_Records_.
● ● ● ● ● ● ●
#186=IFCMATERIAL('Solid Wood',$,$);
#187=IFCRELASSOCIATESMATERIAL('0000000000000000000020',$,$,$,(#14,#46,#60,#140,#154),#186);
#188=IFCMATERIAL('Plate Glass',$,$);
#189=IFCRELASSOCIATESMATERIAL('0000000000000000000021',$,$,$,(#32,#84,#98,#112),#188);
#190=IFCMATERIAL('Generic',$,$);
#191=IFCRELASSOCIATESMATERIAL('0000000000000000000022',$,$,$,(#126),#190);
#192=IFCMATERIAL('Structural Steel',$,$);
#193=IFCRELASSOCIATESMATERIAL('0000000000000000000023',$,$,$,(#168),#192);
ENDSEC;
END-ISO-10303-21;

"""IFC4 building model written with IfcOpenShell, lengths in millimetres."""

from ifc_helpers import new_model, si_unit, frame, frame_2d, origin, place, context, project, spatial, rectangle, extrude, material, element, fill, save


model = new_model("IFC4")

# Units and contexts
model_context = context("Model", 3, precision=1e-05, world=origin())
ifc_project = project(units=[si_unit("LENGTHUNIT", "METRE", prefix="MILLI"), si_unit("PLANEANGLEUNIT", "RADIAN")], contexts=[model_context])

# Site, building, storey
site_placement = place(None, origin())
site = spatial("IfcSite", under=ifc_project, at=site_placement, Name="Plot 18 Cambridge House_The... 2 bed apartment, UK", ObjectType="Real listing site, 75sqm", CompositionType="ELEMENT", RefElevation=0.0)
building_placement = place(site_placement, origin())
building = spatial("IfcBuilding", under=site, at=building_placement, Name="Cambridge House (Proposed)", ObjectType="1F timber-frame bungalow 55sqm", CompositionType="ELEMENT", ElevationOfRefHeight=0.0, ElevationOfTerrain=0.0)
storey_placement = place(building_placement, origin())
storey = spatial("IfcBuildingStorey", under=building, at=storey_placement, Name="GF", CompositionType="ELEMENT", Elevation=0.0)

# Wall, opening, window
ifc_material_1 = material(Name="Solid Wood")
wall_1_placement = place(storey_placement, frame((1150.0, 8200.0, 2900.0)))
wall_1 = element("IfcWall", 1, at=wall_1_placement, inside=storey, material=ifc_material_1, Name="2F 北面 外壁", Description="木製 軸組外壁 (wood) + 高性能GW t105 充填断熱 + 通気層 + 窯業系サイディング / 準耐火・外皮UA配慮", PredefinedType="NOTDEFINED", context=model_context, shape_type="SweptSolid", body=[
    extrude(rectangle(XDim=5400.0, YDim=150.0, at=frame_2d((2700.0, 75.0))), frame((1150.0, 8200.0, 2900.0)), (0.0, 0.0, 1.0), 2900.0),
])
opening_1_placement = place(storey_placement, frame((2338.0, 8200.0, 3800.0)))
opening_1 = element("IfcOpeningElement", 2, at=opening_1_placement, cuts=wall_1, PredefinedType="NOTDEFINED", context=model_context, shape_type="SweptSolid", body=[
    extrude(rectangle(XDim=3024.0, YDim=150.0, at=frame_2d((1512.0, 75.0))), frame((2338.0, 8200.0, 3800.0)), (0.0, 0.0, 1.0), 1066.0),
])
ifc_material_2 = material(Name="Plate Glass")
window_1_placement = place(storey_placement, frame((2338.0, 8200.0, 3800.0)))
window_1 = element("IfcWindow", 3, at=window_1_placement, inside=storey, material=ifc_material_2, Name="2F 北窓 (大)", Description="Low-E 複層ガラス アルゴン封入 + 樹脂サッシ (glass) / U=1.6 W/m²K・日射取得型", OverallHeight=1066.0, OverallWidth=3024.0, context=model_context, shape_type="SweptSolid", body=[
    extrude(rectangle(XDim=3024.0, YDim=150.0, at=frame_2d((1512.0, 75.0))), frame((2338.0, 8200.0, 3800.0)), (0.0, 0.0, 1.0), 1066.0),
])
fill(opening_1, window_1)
● ● ● ● ● ● ●
_Work to be completed_.
Every line must be copied exactly as it stands above.

_Response to the task_.
#186=IFCMATERIAL('Solid Wood',$,$);
#187=IFCRELASSOCIATESMATERIAL('0000000000000000000020',$,$,$,(#14,#46,#60,#140,#154),#186);
#188=IFCMATERIAL('Plate Glass',$,$);
#189=IFCRELASSOCIATESMATERIAL('0000000000000000000021',$,$,$,(#32,#84,#98,#112),#188);
#190=IFCMATERIAL('Generic',$,$);
#191=IFCRELASSOCIATESMATERIAL('0000000000000000000022',$,$,$,(#126),#190);
#192=IFCMATERIAL('Structural Steel',$,$);
#193=IFCRELASSOCIATESMATERIAL('0000000000000000000023',$,$,$,(#168),#192);
ENDSEC;
END-ISO-10303-21;

"""IFC4 building model written with IfcOpenShell, lengths in millimetres."""

from ifc_helpers import new_model, si_unit, frame, frame_2d, origin, place, context, project, spatial, rectangle, extrude, material, element, fill, save


model = new_model("IFC4")

# Units and contexts
model_context = context("Model", 3, precision=1e-05, world=origin())
ifc_project = project(units=[si_unit("LENGTHUNIT", "METRE", prefix="MILLI"), si_unit("PLANEANGLEUNIT", "RADIAN")], contexts=[model_context])

# Site, building, storey
site_placement = place(None, origin())
site = spatial("IfcSite", under=ifc_project, at=site_placement, Name="Plot 18 Cambridge House_The... 2 bed apartment, UK", ObjectType="Real listing site, 75sqm", CompositionType="ELEMENT", RefElevation=0.0)
building_placement = place(site_placement, origin())
building = spatial("IfcBuilding", under=site, at=building_placement, Name="Cambridge House (Proposed)", ObjectType="1F timber-frame bungalow 55sqm", CompositionType="ELEMENT", ElevationOfRefHeight=0.0, ElevationOfTerrain=0.0)
storey_placement = place(building_placement, origin())
storey = spatial("IfcBuildingStorey", under=building, at=storey_placement, Name="GF", CompositionType="ELEMENT", Elevation=0.0)

# Wall, opening, window
ifc_material_1 = material(Name="Solid Wood")
wall_1_placement = place(storey_placement, frame((1150.0, 8200.0, 2900.0)))
wall_1 = element("IfcWall", 1, at=wall_1_placement, inside=storey, material=ifc_material_1, Name="2F 北面 外壁", Description="木製 軸組外壁 (wood) + 高性能GW t105 充填断熱 + 通気層 + 窯業系サイディング / 準耐火・外皮UA配慮", PredefinedType="NOTDEFINED", context=model_context, shape_type="SweptSolid", body=[
    extrude(rectangle(XDim=5400.0, YDim=150.0, at=frame_2d((2700.0, 75.0))), frame((1150.0, 8200.0, 2900.0)), (0.0, 0.0, 1.0), 2900.0),
])
opening_1_placement = place(storey_placement, frame((2338.0, 8200.0, 3800.0)))
opening_1 = element("IfcOpeningElement", 2, at=opening_1_placement, cuts=wall_1, PredefinedType="NOTDEFINED", context=model_context, shape_type="SweptSolid", body=[
    extrude(rectangle(XDim=3024.0, YDim=150.0, at=frame_2d((1512.0, 75.0))), frame((2338.0, 8200.0, 3800.0)), (0.0, 0.0, 1.0), 1066.0),
])
ifc_material_2 = material(Name="Plate Glass")
window_1_placement = place(storey_placement, frame((2338.0, 8200.0, 3800.0)))
window_1 = element("IfcWindow", 3, at=window_1_placement, inside=storey, material=ifc_material_2, Name="2F 北窓 (大)", Description="Low-E 複層ガラス アルゴン封入 + 樹脂サッシ (glass) / U=1.6 W/m²K・日射取得型", OverallHeight=1066.0, OverallWidth=3024.0, context=model_context, shape_type="SweptSolid", body=[
    extrude(rectangle(XDim=3024.0, YDim=150.0, at=frame_2d((1512.0, 75.0))), frame((2338.0, 8200.0, 3800.0)), (0.0, 0.0, 1.0), 1066.0),
])
fill(opening_1, window_1)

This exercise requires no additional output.